This makes your decision regarding RAM a “balancing act.” You want enough RAM to meet your needs while keeping the price of your new PC affordable. Fortunately, it’s a great time for RAM buyers. Prices have been trending down as the competing demand for RAM chips for smartphones (where sales are slowing) has lessened. With this in mind, when shopping for a new laptop, don’t hesitate to look at models with the next increment of RAM – if you think you can only afford a laptop with 4 GB, be sure to look at models with 8 GB of RAM. The price difference could be less than you expect.
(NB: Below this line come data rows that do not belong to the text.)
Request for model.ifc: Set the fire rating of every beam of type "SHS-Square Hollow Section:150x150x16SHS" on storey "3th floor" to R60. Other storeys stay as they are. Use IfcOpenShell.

First a look at what the model holds.

```python
import ifcopenshell
import ifcopenshell.util.element

model = ifcopenshell.open("model.ifc")
print(model.schema)
storey = next(s for s in model.by_type("IfcBuildingStorey") if s.Name == "3th floor")
beams = [e for e in ifcopenshell.util.element.get_decomposition(storey) if e.is_a("IfcBeam")]
seen = {}
for e in beams:
    element_type = ifcopenshell.util.element.get_type(e)
    key = (element_type.Name if element_type != e and element_type else None, ifcopenshell.util.element.get_pset(e, "Pset_BeamCommon", "FireRating"))
    seen[key] = seen.get(key, 0) + 1
for (name, value), count in sorted(seen.items(), key=str):
    print(count, "x", name, "|", value)
```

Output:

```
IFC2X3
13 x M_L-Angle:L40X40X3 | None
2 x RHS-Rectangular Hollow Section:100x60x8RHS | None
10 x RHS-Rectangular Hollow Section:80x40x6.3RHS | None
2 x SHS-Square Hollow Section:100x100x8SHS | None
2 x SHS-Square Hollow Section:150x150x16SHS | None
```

```python
import ifcopenshell
import ifcopenshell.api.pset
import ifcopenshell.util.element

model = ifcopenshell.open("model.ifc")

storey = next(s for s in model.by_type("IfcBuildingStorey") if s.Name == "3th floor")
beams = [e for e in ifcopenshell.util.element.get_decomposition(storey) if e.is_a("IfcBeam")]

count = 0
for e in beams:
    element_type = ifcopenshell.util.element.get_type(e)
    if element_type in (None, e) or element_type.Name != "SHS-Square Hollow Section:150x150x16SHS":
        continue
    # add_pset returns the element's existing set when there is one.
    pset = ifcopenshell.api.pset.add_pset(model, product=e, name="Pset_BeamCommon")
    ifcopenshell.api.pset.edit_pset(model, pset=pset, properties={"FireRating": "R60"})
    count += 1

print(count, "beams updated")

model.write("model_edited.ifc")
```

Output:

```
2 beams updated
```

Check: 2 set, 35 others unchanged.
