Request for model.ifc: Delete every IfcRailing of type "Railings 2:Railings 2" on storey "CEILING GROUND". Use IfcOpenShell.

First a look at what the model holds.

```python
import ifcopenshell
import ifcopenshell.util.element

model = ifcopenshell.open("model.ifc")
print(model.schema)
storey = next(s for s in model.by_type("IfcBuildingStorey") if s.Name == "CEILING GROUND")
railings = [e for e in ifcopenshell.util.element.get_decomposition(storey) if e.is_a("IfcRailing")]
seen = {}
for e in railings:
    element_type = ifcopenshell.util.element.get_type(e)
    name = element_type.Name if element_type not in (None, e) else None
    seen[name] = seen.get(name, 0) + 1
for name, count in sorted(seen.items(), key=str):
    print(count, "x", name)
```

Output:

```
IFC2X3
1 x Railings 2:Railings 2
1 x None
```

```python
import ifcopenshell
import ifcopenshell.api.root
import ifcopenshell.util.element

model = ifcopenshell.open("model.ifc")

storey = next(s for s in model.by_type("IfcBuildingStorey") if s.Name == "CEILING GROUND")
railings = [e for e in ifcopenshell.util.element.get_decomposition(storey) if e.is_a("IfcRailing")]
targets = [e for e in railings if (t := ifcopenshell.util.element.get_type(e)) not in (None, e) and t.Name == "Railings 2:Railings 2"]

for e in targets:
    ifcopenshell.api.root.remove_product(model, product=e)
print(len(targets), "removed")

model.write("model-out.ifc")
```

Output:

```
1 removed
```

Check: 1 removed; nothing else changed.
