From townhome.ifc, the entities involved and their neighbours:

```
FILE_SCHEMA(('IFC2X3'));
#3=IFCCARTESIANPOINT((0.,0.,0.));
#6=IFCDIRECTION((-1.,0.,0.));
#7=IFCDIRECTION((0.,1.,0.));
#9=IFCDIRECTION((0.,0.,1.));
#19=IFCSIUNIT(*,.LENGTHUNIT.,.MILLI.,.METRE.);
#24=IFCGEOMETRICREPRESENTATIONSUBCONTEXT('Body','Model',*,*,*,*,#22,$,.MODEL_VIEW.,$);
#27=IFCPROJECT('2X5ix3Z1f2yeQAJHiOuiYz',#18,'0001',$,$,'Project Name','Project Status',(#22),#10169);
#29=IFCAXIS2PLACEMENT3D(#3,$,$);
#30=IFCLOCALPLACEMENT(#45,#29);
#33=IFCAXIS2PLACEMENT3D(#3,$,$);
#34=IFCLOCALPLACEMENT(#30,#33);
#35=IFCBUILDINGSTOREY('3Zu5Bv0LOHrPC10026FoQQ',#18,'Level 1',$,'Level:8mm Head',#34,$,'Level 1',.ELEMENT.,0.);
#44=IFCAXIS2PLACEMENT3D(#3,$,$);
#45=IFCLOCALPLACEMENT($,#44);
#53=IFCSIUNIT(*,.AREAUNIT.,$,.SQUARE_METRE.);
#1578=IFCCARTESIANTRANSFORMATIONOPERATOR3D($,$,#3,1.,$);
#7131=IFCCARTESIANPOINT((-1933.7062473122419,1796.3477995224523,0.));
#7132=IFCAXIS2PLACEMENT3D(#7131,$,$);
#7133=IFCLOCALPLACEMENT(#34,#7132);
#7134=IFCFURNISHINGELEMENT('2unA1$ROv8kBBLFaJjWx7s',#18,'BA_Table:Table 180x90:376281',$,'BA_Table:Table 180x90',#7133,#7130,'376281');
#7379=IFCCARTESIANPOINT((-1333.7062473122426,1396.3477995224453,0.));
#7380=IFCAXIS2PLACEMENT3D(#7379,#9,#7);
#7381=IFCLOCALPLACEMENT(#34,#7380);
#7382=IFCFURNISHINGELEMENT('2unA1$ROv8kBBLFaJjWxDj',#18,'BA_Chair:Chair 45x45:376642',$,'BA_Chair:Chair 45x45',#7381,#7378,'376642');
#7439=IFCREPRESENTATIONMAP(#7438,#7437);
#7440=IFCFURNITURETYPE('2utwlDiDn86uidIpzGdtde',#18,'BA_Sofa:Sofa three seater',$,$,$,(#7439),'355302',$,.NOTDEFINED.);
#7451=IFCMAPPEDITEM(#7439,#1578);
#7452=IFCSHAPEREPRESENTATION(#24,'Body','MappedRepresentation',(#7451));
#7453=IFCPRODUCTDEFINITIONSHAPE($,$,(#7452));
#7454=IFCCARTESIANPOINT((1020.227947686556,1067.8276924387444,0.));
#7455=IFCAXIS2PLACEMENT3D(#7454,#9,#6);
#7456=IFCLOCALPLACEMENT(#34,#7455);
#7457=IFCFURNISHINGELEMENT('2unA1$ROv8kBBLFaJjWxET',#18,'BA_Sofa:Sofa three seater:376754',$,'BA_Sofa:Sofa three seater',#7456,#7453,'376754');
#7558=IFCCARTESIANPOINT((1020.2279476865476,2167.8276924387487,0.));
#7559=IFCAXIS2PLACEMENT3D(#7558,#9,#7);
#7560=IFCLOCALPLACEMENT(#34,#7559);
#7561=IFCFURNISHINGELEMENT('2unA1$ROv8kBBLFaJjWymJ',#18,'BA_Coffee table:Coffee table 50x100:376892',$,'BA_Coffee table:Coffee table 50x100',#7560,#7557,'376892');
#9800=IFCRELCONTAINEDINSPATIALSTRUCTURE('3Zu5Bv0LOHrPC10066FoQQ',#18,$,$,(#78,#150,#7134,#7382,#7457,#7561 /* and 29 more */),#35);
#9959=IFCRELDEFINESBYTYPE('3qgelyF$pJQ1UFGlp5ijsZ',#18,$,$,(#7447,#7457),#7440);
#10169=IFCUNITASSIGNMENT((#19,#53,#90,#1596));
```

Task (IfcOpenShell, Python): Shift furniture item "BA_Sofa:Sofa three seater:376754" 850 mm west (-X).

```python
import ifcopenshell
import ifcopenshell.api.geometry
import ifcopenshell.util.placement
import ifcopenshell.util.unit

model = ifcopenshell.open("townhome.ifc")
unit_scale = ifcopenshell.util.unit.calculate_unit_scale(model)

item = model.by_id(7457)
matrix = ifcopenshell.util.placement.get_local_placement(item.ObjectPlacement)
matrix[0, 3] -= 0.85 / unit_scale
ifcopenshell.api.geometry.edit_object_placement(model, product=item, matrix=matrix, is_si=False)

print(ifcopenshell.util.placement.get_local_placement(item.ObjectPlacement).round(3) + 0.0)

model.write("townhome_v2.ifc")
```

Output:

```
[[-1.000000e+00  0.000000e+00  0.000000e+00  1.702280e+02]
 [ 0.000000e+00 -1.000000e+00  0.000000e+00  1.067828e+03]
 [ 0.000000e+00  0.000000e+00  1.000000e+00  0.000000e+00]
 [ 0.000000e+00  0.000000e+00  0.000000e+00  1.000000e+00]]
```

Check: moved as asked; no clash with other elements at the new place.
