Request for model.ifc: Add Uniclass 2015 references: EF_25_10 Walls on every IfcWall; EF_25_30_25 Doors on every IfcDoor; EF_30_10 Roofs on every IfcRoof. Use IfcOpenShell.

First a look at what the model holds.

```python
import ifcopenshell

model = ifcopenshell.open("model.ifc")
print(model.schema)
print("classifications:", [c.Name for c in model.by_type("IfcClassification")])
for ifc_class in ("IfcDoor", "IfcRoof", "IfcStair", "IfcWall", "IfcWindow"):
    print(ifc_class, len(model.by_type(ifc_class)))
```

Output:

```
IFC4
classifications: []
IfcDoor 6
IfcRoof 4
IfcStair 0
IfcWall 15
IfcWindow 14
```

```python
import ifcopenshell
import ifcopenshell.api.classification

model = ifcopenshell.open("model.ifc")

system = ifcopenshell.api.classification.add_classification(model, classification="Uniclass 2015")

codes = {
    "IfcWall": ("EF_25_10", "Walls"),
    "IfcDoor": ("EF_25_30_25", "Doors"),
    "IfcRoof": ("EF_30_10", "Roofs"),
}
for ifc_class, (code, name) in codes.items():
    products = model.by_type(ifc_class)
    ifcopenshell.api.classification.add_reference(
        model, products=products, classification=system, identification=code, name=name
    )
    print(code, len(products))

model.write("model-out.ifc")
```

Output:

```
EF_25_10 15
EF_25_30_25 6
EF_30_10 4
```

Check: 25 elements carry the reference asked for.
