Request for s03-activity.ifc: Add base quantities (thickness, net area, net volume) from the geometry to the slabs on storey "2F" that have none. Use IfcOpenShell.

First a look at what the model holds.

```python
import ifcopenshell
import ifcopenshell.util.element
import ifcopenshell.util.unit

model = ifcopenshell.open("s03-activity.ifc")
print(model.schema)
for unit_type in ("LENGTHUNIT", "AREAUNIT", "VOLUMEUNIT"):
    print(unit_type, ifcopenshell.util.unit.calculate_unit_scale(model, unit_type))
storey = next(s for s in model.by_type("IfcBuildingStorey") if s.Name == "2F")
slabs = [e for e in ifcopenshell.util.element.get_decomposition(storey) if e.is_a("IfcSlab")]
for e in sorted(slabs, key=lambda e: e.id()):
    print(e.id(), e.is_a(), e.Name, list(ifcopenshell.util.element.get_psets(e, qtos_only=True)), sep=" | ")
```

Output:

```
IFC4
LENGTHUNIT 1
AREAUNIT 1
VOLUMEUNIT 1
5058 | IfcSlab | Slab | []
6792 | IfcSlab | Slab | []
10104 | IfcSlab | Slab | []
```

```python
import ifcopenshell
import ifcopenshell.api.pset
import ifcopenshell.geom
import ifcopenshell.util.element
import ifcopenshell.util.shape
import ifcopenshell.util.unit

model = ifcopenshell.open("s03-activity.ifc")
unit_scale = ifcopenshell.util.unit.calculate_unit_scale(model)
area_scale = ifcopenshell.util.unit.calculate_unit_scale(model, "AREAUNIT")
volume_scale = ifcopenshell.util.unit.calculate_unit_scale(model, "VOLUMEUNIT")
settings = ifcopenshell.geom.settings()

storey = next(s for s in model.by_type("IfcBuildingStorey") if s.Name == "2F")
slabs = [e for e in ifcopenshell.util.element.get_decomposition(storey) if e.is_a("IfcSlab")]

for e in sorted(slabs, key=lambda e: e.id()):
    if ifcopenshell.util.element.get_psets(e, qtos_only=True, should_inherit=False):
        continue
    # Geometry comes back in metres, in the element's own axes.
    shape = ifcopenshell.geom.create_shape(settings, e)
    values = {
        "Width": ifcopenshell.util.shape.get_z(shape.geometry) / unit_scale,
        "NetArea": ifcopenshell.util.shape.get_footprint_area(shape.geometry) / area_scale,
        "NetVolume": ifcopenshell.util.shape.get_volume(shape.geometry) / volume_scale,
    }
    qto = ifcopenshell.api.pset.add_qto(model, product=e, name="Qto_SlabBaseQuantities")
    ifcopenshell.api.pset.edit_qto(model, qto=qto, properties=values)
    print(e.id(), {k: round(v, 3) for k, v in values.items()})

model.write("s03-activity_v2.ifc")
```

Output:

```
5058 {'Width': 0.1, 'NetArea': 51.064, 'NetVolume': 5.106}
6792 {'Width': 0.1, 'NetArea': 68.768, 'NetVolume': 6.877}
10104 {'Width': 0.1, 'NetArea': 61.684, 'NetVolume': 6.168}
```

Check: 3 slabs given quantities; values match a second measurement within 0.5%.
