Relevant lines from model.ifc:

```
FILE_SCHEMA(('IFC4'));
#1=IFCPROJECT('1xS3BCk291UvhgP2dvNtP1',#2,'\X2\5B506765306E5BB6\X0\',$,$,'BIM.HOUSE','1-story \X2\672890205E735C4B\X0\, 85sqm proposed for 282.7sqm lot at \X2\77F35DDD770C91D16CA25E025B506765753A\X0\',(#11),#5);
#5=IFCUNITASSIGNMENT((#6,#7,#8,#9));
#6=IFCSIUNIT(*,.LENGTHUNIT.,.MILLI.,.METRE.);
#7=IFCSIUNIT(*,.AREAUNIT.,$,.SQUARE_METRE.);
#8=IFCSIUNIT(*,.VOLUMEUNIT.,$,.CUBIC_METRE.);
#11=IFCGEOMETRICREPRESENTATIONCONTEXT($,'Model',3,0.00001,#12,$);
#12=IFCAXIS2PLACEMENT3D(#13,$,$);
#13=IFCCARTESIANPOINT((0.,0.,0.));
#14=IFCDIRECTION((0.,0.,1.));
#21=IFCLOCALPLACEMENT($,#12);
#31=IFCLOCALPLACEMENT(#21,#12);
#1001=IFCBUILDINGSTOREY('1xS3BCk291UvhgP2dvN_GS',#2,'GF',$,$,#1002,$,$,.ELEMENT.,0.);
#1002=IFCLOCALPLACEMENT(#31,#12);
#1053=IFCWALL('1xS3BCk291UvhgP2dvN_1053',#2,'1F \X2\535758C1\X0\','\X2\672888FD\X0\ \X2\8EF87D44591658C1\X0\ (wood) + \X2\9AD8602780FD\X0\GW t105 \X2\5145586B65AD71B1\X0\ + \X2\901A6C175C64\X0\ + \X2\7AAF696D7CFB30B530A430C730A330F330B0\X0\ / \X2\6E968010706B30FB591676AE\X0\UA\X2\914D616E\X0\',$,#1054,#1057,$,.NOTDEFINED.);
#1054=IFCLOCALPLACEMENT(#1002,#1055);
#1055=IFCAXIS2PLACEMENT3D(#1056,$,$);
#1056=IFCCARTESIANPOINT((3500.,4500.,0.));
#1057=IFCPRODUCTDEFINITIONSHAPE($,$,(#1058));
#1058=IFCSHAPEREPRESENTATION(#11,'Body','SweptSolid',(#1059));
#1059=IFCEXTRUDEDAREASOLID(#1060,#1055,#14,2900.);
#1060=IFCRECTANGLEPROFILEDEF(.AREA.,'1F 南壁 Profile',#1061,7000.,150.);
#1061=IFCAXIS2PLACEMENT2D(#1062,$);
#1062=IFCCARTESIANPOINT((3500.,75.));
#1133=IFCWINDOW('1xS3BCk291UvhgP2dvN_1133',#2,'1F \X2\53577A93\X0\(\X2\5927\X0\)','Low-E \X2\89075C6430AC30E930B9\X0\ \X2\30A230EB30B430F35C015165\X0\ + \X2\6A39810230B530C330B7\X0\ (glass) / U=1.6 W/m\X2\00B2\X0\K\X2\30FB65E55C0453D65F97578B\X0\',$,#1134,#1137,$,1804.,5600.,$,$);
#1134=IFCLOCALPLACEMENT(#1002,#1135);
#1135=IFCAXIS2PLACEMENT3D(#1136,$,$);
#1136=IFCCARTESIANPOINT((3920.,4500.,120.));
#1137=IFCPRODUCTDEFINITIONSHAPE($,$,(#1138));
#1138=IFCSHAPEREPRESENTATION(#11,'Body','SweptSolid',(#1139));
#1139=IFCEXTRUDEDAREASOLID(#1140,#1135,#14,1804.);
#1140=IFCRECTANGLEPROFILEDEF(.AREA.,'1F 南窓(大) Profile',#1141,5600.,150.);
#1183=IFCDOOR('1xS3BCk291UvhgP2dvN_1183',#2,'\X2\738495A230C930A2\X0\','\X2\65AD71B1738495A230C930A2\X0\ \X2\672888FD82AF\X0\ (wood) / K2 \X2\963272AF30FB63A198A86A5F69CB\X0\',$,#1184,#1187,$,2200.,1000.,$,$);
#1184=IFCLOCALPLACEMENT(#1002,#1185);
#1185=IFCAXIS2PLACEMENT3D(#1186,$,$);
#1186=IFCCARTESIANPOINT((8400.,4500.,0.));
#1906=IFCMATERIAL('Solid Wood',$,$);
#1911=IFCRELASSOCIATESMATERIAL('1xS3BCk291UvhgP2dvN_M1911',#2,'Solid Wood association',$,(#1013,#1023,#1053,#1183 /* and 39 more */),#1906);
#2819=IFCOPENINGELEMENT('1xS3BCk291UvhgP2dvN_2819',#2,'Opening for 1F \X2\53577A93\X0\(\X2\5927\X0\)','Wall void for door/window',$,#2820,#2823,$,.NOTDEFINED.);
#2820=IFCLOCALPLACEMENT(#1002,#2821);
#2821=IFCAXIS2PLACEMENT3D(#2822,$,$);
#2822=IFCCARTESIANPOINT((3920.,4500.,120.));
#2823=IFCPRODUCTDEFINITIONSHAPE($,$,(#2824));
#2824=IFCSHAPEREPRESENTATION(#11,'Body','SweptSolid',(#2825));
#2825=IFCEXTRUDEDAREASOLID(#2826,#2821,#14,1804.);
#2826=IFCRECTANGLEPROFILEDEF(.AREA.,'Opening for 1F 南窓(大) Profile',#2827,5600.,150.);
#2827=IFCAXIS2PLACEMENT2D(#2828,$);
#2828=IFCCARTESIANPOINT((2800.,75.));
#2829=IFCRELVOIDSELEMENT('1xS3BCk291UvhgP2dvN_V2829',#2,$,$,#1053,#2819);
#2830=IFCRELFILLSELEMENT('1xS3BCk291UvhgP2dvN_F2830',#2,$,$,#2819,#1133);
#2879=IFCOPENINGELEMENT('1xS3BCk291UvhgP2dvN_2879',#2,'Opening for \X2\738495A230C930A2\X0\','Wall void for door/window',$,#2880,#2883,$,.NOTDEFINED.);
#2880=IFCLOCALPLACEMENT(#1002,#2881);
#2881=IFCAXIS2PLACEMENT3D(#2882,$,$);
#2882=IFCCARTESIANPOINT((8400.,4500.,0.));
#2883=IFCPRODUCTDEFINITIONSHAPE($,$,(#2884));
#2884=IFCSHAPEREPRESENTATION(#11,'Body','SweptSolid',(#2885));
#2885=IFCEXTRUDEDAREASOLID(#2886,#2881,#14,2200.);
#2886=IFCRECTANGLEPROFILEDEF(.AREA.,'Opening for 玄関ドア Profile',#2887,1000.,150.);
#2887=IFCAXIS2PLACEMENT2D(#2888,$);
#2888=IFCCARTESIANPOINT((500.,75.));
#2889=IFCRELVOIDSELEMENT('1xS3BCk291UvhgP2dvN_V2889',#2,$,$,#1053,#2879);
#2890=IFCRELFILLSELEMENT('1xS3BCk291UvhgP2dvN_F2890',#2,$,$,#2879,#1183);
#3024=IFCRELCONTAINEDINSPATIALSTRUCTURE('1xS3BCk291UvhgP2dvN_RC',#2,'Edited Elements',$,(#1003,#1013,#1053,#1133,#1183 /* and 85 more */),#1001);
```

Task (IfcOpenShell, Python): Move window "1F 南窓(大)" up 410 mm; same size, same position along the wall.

```python
import numpy as np
import ifcopenshell
import ifcopenshell.api.geometry
import ifcopenshell.util.placement
import ifcopenshell.util.unit

model = ifcopenshell.open("model.ifc")
unit_scale = ifcopenshell.util.unit.calculate_unit_scale(model)

window = model.by_id(1133)
opening = window.FillsVoids[0].RelatingOpeningElement
dz = 0.41 / unit_scale

shift = np.array([0.0, 0.0, dz])
# The window is not placed relative to its opening, so move both.
for product in (opening, window):
    matrix = ifcopenshell.util.placement.get_local_placement(product.ObjectPlacement)
    matrix[:3, 3] += shift
    ifcopenshell.api.geometry.edit_object_placement(model, product=product, matrix=matrix, is_si=False)

print(f"moved by {dz * unit_scale:+.3f} m")

model.write("model_updated.ifc")
```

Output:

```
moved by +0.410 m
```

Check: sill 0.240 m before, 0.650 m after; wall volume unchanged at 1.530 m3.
Deciding how much RAM you need
Here are some additional factors to consider when deciding how much RAM you need in a new laptop:
- • OS-related RAM needs: Even when you’re not streaming a movie or crunching numbers, the Windows 10 OS can consume from 2-3 GB of RAM just to keep your system running. It’s easy to see, then, why a laptop with a RAM size of just 4 GB can’t match the performance of one with 8 GB or RAM or more.
- • RAM speed: RAM can be fast or slow (relatively speaking), and faster RAM speed can help make up for a smaller allotment of RAM. This means that in addition to looking at the volume of RAM, you can look for today’s fastest RAM, either DDR3 or, preferably, DDR4.
- • RAM to support system components: Other system components can affect how your laptop uses its RAM. For example, discrete graphics cards (GPUs) have their own memory to store the data needed to display rapidly changing on-screen imagery. Systems with integrated graphics rely on your main RAM module to store this data, reducing the memory available for other tasks.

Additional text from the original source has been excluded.